After a trip to Trader Joe’s and DSW (for more appropriate shoes), I get to the Heights, where she’s living. I’m sad I missed puzzle time, but I agree to let that go. When I arrive, she’s at lunch and she seems engaged. I sit with her for a minute after unloading my car and bringing in Parker, my youngest dog and cuddle buddy. I ask if she wants to come back to the room since only she and Julia are left at the table. “In a minute” she says. I am surprised and Iove it too. I imagine that she’s asserting her independence and I can tell that she cares for Julia. I leave her and go back to the room to put away the treats and do some of my own work. Julia is a cheerful Hispanic woman who is not very talkative, but always cheerful. She sits directly opposite my mom at their table. At one end is Ellie. Ellie is beautiful, all 98 pounds of her. She’s wheelchair bound, but she seems able to get around. She is truly beautiful. Anne sits to the left of my mom and she’s going to be 100 on Friday! She’s alert, cheerful, and hunched over. She wasn’t at lunch so there was some concern about her. Opposite Anne is Ruby and she’s a riot. She’s persistently pissed off and can admit it. She literally looks like she’s going to explode; like an Irish bomb. At the other end of the table is Josephine or Jo and she is a beacon. She’s 93 and sharp and also in a wheelchair due to a stroke. I met her the first day and I couldn’t express my gratitude enough for this compassionate, kind, sharp human.

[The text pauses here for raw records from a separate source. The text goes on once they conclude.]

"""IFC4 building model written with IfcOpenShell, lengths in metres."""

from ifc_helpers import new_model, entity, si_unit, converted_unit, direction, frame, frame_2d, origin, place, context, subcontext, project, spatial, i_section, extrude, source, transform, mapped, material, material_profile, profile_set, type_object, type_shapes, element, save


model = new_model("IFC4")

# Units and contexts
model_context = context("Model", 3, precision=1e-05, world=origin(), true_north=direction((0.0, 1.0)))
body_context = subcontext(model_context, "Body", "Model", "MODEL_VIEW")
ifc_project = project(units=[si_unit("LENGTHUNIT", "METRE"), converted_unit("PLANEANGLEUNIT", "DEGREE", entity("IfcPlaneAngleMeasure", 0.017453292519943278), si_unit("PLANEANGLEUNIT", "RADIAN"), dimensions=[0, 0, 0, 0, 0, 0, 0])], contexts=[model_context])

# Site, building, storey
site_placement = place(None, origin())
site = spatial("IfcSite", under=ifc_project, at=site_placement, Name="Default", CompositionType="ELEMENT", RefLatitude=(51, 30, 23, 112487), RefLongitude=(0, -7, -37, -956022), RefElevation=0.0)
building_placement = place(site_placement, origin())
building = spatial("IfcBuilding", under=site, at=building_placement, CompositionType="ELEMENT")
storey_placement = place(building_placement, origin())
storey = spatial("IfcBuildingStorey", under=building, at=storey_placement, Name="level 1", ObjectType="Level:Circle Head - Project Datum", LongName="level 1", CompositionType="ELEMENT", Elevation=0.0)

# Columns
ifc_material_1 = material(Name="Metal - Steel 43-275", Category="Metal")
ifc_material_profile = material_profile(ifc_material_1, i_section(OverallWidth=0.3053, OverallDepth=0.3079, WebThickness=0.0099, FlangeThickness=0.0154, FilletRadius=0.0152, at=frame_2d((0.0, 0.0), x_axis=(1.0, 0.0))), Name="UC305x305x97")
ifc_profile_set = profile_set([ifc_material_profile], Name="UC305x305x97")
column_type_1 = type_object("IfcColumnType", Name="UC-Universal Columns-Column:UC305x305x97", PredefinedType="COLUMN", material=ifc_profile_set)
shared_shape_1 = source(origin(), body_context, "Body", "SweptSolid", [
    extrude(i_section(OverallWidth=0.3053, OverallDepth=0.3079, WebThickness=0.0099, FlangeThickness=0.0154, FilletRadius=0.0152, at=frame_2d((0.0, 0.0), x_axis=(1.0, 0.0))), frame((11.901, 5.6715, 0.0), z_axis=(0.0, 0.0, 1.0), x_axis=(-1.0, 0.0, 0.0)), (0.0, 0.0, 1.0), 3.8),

Mom comes back to the room and I’m so happy that she can do it by herself now. She knows where to find her room. Before she gets in, I want to show her the plant I bought at Trader Joe’s, which is a lovely mix of succulents, including a yellow flowering one. It’s on the ledge outside her room, room 2107. She still doesn’t have a nameplate, which kind of bothers me. It’s been almost a week. Anyway, she comes in and I invite her to do the puzzles or art projects that I found on Amazon: projects for Alzheimer’s adults. She nods yes to doing the puzzles. I’m so appreciative of the nod. There have been so many “nos” that I’m thrilled for a nod. She also wants some nuts and crackers that I bought at TJs. I’m thrilled. She’s alert and awake. While she works on the puzzles, I work to recreate the many bills I’ve paid over the last month. The thousands at HomeGoods, Amazon, Task Rabbit (ask me about that again sometime), and not including the miles I used for Operation Jung Refugee. In between slogging through the accounting, which included transfers to/from Venmo and PayPal and to/from my account to Marc’s and to/from my account to theirs and from their savings to their checking and their other checking, which didn’t work at all, by the way. In between doing all that, I’m messaging with the last of the people who are picking up items from the condo in Manteo and my aunt. She is interested in my mom; she’s interested in the articles I found about David, their dad. Their dad who commit suicide at age 37. I want people to know that it wasn’t all alcohol and drugs and whatever. My mom has Alzheimer’s, one doctor said in North Carolina. Who knows for how long she’s been struggling and hiding and compensating.